§ REQUIRED ACTION
Across the entries, count the lines that include "IFCGEOMETRICREPRESENTATIONSUBCONTEXT" and report only that number.

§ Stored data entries
---------------

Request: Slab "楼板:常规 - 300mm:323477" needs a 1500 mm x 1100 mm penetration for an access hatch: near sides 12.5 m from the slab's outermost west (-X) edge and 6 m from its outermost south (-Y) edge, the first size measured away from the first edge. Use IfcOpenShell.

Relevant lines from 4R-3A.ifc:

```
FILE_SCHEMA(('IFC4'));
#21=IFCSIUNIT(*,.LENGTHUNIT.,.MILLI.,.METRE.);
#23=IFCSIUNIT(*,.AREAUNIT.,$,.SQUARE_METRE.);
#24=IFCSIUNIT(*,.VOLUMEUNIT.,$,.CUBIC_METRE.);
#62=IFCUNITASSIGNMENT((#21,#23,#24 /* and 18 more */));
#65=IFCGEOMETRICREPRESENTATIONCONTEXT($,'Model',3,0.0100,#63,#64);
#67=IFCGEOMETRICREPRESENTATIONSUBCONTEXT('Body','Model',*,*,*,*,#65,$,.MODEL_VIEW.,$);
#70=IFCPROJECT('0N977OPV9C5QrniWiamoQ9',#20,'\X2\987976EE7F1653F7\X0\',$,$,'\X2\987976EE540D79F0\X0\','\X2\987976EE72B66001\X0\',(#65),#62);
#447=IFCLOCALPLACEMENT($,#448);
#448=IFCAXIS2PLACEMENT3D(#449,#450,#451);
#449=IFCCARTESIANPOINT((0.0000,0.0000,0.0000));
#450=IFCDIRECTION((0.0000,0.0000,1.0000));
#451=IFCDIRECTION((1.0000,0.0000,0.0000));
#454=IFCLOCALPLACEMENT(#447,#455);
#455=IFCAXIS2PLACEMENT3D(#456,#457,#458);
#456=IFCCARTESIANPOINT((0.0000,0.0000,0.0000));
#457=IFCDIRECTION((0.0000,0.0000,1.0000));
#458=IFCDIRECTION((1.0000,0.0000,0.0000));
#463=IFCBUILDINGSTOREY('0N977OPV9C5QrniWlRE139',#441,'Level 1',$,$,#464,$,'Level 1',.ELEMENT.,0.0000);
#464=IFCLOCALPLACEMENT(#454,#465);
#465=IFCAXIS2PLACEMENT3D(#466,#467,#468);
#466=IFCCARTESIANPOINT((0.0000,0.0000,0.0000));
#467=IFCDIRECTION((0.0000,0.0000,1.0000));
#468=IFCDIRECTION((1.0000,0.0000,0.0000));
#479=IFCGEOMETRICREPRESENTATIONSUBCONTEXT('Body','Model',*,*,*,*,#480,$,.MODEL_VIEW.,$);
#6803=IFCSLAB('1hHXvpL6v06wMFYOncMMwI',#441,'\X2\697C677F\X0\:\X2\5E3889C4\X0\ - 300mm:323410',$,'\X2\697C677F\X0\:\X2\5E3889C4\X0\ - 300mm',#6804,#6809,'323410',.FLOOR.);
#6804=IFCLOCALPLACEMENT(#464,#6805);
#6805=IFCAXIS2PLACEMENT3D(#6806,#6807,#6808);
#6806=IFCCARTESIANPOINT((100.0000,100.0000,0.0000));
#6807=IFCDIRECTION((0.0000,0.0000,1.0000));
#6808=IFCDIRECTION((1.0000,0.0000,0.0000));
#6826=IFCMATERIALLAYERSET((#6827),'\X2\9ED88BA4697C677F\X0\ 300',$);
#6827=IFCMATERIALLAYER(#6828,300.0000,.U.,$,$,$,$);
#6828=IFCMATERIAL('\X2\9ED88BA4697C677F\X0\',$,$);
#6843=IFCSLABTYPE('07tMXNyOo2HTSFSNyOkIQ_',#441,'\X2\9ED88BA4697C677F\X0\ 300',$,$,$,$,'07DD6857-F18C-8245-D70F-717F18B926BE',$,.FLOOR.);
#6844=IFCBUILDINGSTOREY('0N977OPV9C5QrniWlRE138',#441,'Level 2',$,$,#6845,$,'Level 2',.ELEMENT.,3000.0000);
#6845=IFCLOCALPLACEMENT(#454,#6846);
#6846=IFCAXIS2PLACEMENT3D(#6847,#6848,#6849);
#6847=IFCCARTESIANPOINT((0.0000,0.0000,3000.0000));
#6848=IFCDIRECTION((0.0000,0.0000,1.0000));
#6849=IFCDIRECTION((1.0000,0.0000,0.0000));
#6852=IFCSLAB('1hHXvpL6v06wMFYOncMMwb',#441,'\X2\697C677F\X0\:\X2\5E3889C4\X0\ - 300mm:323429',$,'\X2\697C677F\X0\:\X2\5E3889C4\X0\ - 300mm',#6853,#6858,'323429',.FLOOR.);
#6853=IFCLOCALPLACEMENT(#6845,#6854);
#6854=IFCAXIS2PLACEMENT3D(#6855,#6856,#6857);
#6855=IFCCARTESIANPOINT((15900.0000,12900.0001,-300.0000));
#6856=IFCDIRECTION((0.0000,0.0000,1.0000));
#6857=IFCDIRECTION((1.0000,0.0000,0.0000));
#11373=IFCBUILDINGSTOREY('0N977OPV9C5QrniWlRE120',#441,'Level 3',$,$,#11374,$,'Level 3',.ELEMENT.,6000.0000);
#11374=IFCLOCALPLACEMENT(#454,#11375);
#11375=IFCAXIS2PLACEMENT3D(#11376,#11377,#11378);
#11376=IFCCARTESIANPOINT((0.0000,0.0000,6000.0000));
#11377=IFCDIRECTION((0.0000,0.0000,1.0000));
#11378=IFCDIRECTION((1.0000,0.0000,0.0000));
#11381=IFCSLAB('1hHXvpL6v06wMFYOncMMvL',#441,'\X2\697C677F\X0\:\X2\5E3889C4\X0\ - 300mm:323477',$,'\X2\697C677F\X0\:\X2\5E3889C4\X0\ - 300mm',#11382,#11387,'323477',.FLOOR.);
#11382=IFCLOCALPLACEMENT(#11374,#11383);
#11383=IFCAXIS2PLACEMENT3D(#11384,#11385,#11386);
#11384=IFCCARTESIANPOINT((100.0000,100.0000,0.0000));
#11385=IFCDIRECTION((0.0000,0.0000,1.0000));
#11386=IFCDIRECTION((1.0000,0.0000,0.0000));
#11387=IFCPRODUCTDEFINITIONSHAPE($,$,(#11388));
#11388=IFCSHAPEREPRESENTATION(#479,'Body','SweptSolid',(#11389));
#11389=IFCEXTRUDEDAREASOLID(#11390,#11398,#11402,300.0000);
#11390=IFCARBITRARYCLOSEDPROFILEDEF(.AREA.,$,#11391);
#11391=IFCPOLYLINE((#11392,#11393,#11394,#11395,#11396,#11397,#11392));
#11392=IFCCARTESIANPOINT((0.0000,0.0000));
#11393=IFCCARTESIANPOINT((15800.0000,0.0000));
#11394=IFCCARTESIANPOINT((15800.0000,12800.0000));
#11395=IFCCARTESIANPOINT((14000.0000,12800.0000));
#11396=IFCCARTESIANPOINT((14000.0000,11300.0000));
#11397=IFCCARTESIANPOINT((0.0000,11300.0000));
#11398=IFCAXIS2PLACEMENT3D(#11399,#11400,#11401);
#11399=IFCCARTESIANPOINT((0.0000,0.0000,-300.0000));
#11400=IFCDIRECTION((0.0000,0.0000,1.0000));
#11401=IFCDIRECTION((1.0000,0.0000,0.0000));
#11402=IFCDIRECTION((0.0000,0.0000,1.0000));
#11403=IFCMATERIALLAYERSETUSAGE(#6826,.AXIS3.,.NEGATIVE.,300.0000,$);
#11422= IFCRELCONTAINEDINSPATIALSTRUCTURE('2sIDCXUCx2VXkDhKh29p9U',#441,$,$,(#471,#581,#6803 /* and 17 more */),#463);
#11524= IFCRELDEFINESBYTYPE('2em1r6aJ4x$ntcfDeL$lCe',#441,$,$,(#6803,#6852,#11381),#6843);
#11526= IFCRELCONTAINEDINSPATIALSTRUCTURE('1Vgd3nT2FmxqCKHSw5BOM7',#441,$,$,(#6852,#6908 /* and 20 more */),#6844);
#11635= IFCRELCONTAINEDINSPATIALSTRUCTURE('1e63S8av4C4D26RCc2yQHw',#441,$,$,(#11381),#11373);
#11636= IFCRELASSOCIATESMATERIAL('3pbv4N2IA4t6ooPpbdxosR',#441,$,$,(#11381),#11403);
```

```python
import numpy as np
import ifcopenshell
import ifcopenshell.api.feature
import ifcopenshell.api.geometry
import ifcopenshell.api.root
import ifcopenshell.geom
import ifcopenshell.util.placement
import ifcopenshell.util.representation
import ifcopenshell.util.shape
import ifcopenshell.util.unit

model = ifcopenshell.open("4R-3A.ifc")
unit_scale = ifcopenshell.util.unit.calculate_unit_scale(model)
settings = ifcopenshell.geom.settings()


def volume(element):
    """Net volume in cubic metres, openings subtracted."""
    shape = ifcopenshell.geom.create_shape(settings, element)
    return ifcopenshell.util.shape.get_volume(shape.geometry)


slab = model.by_id(11381)
before = volume(slab)

# Extent in the slab's own axes, in metres. The edges named are its -X and -Y sides.
slab_shape = ifcopenshell.geom.create_shape(settings, slab)
vertices = ifcopenshell.util.shape.get_vertices(slab_shape.geometry)
x_min, y_min, bottom = vertices.min(axis=0)
top = vertices[:, 2].max()

opening = ifcopenshell.api.root.create_entity(model, ifc_class="IfcOpeningElement", name="Access hatch opening", predefined_type="OPENING")
context = ifcopenshell.util.representation.get_context(model, "Model", "Body", "MODEL_VIEW")
width, depth = 1.5, 1.1
outline = [(0.0, 0.0), (width, 0.0), (width, depth), (0.0, depth), (0.0, 0.0)]
# Overshoot both faces by 50 mm so the cut is clean.
shape = ifcopenshell.api.geometry.add_slab_representation(
    model, context=context, depth=top - bottom + 0.1, polyline=outline
)
ifcopenshell.api.geometry.assign_representation(model, product=opening, representation=shape)

matrix = ifcopenshell.util.placement.get_local_placement(slab.ObjectPlacement)
matrix[:, 3] = matrix @ np.append(np.array([x_min + 12.5, y_min + 6, bottom - 0.05]) / unit_scale, 1.0)
ifcopenshell.api.geometry.edit_object_placement(model, product=opening, matrix=matrix, is_si=False)
ifcopenshell.api.feature.add_feature(model, feature=opening, element=slab)

after = volume(slab)

print(f"slab volume {before:.3f} -> {after:.3f} m3")

model.write("4R-3A_v2.ifc")
```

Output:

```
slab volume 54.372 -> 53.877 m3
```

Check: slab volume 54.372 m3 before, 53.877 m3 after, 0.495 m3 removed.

---------------

§ EXERCISE RESULT
2